- Qajar Kheyl Location within Iran
- Coordinates: 36°45′52″N 53°02′32″E﻿ / ﻿36.76444°N 53.04222°E
- Country: Iran
- Province: Mazandaran
- County: Sari
- District: Rudpey-ye Shomali
- Rural District: Farahabad-e Shomali

Population (2016)
- • Total: 1,198
- Time zone: UTC+3:30 (IRST)

= Qajar Kheyl =

Village in Mazandaran province, Iran

Qajar Kheyl (قاجارخيل) (Note: Also romanized as Qājār Kheyl; also known as Ghajar Kheil) is a village in Farahabad-e Shomali Rural District of Rudpey-ye Shomali District in Sari County, Mazandaran province, Iran.

==Demographics==
===Population===
At the time of the 2006 National Census, the village's population was 1,187 in 310 households, when it was in Rudpey-ye Shomali Rural District (Note: Renamed Farahabad-e Shomali Rural District) of the Central District.
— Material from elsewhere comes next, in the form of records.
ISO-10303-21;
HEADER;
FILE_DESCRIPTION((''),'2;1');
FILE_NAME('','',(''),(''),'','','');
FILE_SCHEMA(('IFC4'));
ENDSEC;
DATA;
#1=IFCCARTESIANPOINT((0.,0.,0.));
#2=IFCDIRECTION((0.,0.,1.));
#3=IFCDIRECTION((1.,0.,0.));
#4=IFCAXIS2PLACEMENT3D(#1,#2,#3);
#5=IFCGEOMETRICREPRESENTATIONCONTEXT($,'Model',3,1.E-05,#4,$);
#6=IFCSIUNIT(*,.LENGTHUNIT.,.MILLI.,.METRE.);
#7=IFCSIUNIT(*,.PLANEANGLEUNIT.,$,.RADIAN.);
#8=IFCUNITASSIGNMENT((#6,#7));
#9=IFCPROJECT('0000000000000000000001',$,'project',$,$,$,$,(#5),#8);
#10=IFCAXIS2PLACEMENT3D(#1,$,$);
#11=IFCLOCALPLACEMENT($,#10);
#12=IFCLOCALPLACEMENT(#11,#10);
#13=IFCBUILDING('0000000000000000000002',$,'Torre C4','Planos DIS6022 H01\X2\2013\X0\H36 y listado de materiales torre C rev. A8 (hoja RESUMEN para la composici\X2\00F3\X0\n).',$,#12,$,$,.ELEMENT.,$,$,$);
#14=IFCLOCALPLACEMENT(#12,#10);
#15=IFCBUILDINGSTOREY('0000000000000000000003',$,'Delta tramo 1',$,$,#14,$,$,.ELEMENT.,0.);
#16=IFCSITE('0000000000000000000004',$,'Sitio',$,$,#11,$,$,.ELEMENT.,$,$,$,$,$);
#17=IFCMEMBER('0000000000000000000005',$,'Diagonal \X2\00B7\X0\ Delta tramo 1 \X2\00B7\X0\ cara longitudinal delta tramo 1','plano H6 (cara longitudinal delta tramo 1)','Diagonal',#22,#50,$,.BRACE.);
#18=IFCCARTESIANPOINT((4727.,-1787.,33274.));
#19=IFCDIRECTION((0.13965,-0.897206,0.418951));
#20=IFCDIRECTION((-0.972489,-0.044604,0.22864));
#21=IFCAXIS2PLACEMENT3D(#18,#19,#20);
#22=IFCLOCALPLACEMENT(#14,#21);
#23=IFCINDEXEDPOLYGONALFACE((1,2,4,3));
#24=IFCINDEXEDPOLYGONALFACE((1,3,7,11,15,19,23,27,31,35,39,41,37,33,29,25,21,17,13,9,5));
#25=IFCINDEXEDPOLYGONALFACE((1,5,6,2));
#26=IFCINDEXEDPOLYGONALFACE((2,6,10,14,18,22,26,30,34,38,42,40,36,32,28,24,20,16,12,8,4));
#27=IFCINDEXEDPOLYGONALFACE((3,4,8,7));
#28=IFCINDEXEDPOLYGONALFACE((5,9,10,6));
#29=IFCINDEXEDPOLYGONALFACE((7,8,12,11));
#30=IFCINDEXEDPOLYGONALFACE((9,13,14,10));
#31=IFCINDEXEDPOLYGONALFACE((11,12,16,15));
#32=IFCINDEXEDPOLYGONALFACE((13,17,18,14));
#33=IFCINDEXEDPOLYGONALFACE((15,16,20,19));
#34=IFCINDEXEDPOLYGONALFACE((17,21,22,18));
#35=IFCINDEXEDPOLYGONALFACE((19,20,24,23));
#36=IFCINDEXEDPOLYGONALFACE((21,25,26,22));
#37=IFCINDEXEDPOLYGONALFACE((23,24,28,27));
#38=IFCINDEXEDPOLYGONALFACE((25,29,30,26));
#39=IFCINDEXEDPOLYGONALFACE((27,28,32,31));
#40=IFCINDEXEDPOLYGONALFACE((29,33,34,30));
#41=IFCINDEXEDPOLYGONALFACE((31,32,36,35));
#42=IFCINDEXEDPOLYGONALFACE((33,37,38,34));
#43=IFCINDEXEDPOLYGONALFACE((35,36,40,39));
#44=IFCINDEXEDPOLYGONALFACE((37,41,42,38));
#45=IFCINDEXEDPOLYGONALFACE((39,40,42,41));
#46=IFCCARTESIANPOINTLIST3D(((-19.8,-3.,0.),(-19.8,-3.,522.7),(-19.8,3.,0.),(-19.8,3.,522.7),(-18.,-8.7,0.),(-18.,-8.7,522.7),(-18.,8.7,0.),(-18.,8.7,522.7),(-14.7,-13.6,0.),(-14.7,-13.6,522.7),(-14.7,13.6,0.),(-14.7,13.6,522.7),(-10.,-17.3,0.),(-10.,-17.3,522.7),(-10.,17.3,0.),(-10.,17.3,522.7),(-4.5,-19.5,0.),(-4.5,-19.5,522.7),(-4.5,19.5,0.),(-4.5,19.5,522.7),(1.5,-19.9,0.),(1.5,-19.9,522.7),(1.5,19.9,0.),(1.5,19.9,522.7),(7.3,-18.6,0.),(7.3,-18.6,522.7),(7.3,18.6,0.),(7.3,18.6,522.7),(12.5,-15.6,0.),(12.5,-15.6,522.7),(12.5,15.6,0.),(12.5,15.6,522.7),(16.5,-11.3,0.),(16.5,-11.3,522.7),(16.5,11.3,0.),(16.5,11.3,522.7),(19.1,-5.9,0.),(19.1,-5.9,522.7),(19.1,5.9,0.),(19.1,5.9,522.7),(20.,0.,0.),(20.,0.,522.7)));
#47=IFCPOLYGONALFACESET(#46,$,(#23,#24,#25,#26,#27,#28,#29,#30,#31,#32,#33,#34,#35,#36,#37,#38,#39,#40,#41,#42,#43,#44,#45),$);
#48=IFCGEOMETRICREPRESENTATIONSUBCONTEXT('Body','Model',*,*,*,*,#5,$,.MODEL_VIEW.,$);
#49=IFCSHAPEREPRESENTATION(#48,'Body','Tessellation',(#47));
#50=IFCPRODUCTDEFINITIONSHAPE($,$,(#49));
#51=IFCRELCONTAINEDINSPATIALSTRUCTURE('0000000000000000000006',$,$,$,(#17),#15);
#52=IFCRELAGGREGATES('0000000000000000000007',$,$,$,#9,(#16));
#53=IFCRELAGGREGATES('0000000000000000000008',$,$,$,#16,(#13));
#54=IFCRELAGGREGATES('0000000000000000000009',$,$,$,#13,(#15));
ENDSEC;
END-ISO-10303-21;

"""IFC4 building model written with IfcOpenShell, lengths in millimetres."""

from ifc_helpers import new_model, si_unit, frame, origin, origin_with_axes, place, context, subcontext, project, spatial, circle, extrude, element, save


model = new_model("IFC4")

# Units and contexts
model_context = context("Model", 3, precision=1e-05, world=origin_with_axes())
body_context = subcontext(model_context, "Body", "Model", "MODEL_VIEW")
ifc_project = project(units=[si_unit("LENGTHUNIT", "METRE", prefix="MILLI"), si_unit("PLANEANGLEUNIT", "RADIAN")], contexts=[model_context])

# Site, building, storey
site_placement = place(None, origin())
site = spatial("IfcSite", under=ifc_project, at=site_placement, Name="Sitio", CompositionType="ELEMENT")
building_placement = place(site_placement, origin())
building = spatial("IfcBuilding", under=site, at=building_placement, Name="Torre C4", Description="Planos DIS6022 H01–H36 y listado de materiales torre C rev. A8 (hoja RESUMEN para la composición).", CompositionType="ELEMENT")
storey_placement = place(building_placement, origin())
storey = spatial("IfcBuildingStorey", under=building, at=storey_placement, Name="Delta tramo 1", CompositionType="ELEMENT", Elevation=0.0)

# Member
member_1_placement = place(storey_placement, frame((4727.0, -1787.0, 33274.0), z_axis=(0.13965, -0.897206, 0.418951), x_axis=(-0.972489, -0.044604, 0.22864)))
element("IfcMember", 1, at=member_1_placement, inside=storey, Name="Diagonal · Delta tramo 1 · cara longitudinal delta tramo 1", Description="plano H6 (cara longitudinal delta tramo 1)", ObjectType="Diagonal", PredefinedType="BRACE", context=body_context, shape_type="SweptSolid", body=[
    extrude(circle(Radius=20.0), None, (0.0, 0.0, 1.0), 522.7),
])

save(model, "model.ifc")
The following census in 2011 counted 1,135 people in 339 households, by which time the rural district had been separated from the district in the formation of Rudpey District. The 2016 census measured the population of the village as 1,198 people in 327 households, when the rural district had been separated from the district in the formation of Rudpey-ye Shomali District and renamed Farahabad-e Shomali Rural District.